— Да уж. После последних событий меня трудновато будет чем-либо удивить, — улыбнулась я, — так что давайте не стесняйтесь. Выкладывайте.
— И всё-таки я попробую, — генерал открыл портфель и протянул мне алого цвета кожаную папку, — думаю, это должно несколько поспособствовать твоему скорейшему выздоровлению.
Я без интереса открыла твёрдый переплёт и пробежала написанное глазами. Потом закрыла папку и положила на прикроватную тумбочку:
— Спасибо, — приказ о присвоении мне внеочередного звания «подполковник» не произвёл на меня должного впечатления, по крайней мере, такого, на которое явно рассчитывал мой начальник. — Товарищ генерал, разрешите, учитывая, как утверждают медики, «стабильно тяжёлое» состояние поощрённой, то есть меня, я не буду вскакивать с кровати, принимать стойку «смирно» и кричать на весь госпиталь: «Служу России»?
— Тебе можно, — улыбнулся генерал, — тем более это ещё не всё. — С этими словами он опять полез в свой портфель и, как Дед Мороз из новогоднего мешка с подарками, на этот раз извлёк оттуда бархатную коробочку красного цвета и тоже протянул мне.

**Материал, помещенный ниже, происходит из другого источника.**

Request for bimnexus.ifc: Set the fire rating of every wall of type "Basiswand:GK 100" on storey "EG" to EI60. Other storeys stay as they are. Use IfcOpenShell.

First a look at what the model holds.

```python
import ifcopenshell
import ifcopenshell.util.element

model = ifcopenshell.open("bimnexus.ifc")
print(model.schema)
storey = next(s for s in model.by_type("IfcBuildingStorey") if s.Name == "EG")
walls = [e for e in ifcopenshell.util.element.get_decomposition(storey) if e.is_a("IfcWall")]
seen = {}
for e in walls:
    element_type = ifcopenshell.util.element.get_type(e)
    key = (element_type.Name if element_type != e and element_type else None, ifcopenshell.util.element.get_pset(e, "Pset_WallCommon", "FireRating"))
    seen[key] = seen.get(key, 0) + 1
for (name, value), count in sorted(seen.items(), key=str):
    print(count, "x", name, "|", value)
```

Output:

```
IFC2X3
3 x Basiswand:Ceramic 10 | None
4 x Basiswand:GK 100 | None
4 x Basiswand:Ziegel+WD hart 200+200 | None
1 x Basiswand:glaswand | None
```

```python
import ifcopenshell
import ifcopenshell.api.pset
import ifcopenshell.util.element

model = ifcopenshell.open("bimnexus.ifc")

storey = next(s for s in model.by_type("IfcBuildingStorey") if s.Name == "EG")
walls = [e for e in ifcopenshell.util.element.get_decomposition(storey) if e.is_a("IfcWall")]

count = 0
for e in walls:
    element_type = ifcopenshell.util.element.get_type(e)
    if element_type in (None, e) or element_type.Name != "Basiswand:GK 100":
        continue
    # add_pset returns the element's existing set when there is one.
    pset = ifcopenshell.api.pset.add_pset(model, product=e, name="Pset_WallCommon")
    ifcopenshell.api.pset.edit_pset(model, pset=pset, properties={"FireRating": "EI60"})
    count += 1

print(count, "walls updated")

model.write("bimnexus_edited.ifc")
```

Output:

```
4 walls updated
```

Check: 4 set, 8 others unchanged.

— Надеюсь, это обручальные кольца? — Глупо пошутила я.
— У вас, у женщин, одно на уме. Открывай, открывай, — поторопил меня генерал.
Я чуть приоткрыла футляр. В крестообразном углублении на алом бархатном ложе тускло отливал серебром орден «Мужества», очень напоминающий по форме мальтийский крест. — Это тоже мне? — удивилась я.
— Тебе, Ростова, кому же ещё. Ты у нас одна такая в отделе оказалась стойкая и героическая.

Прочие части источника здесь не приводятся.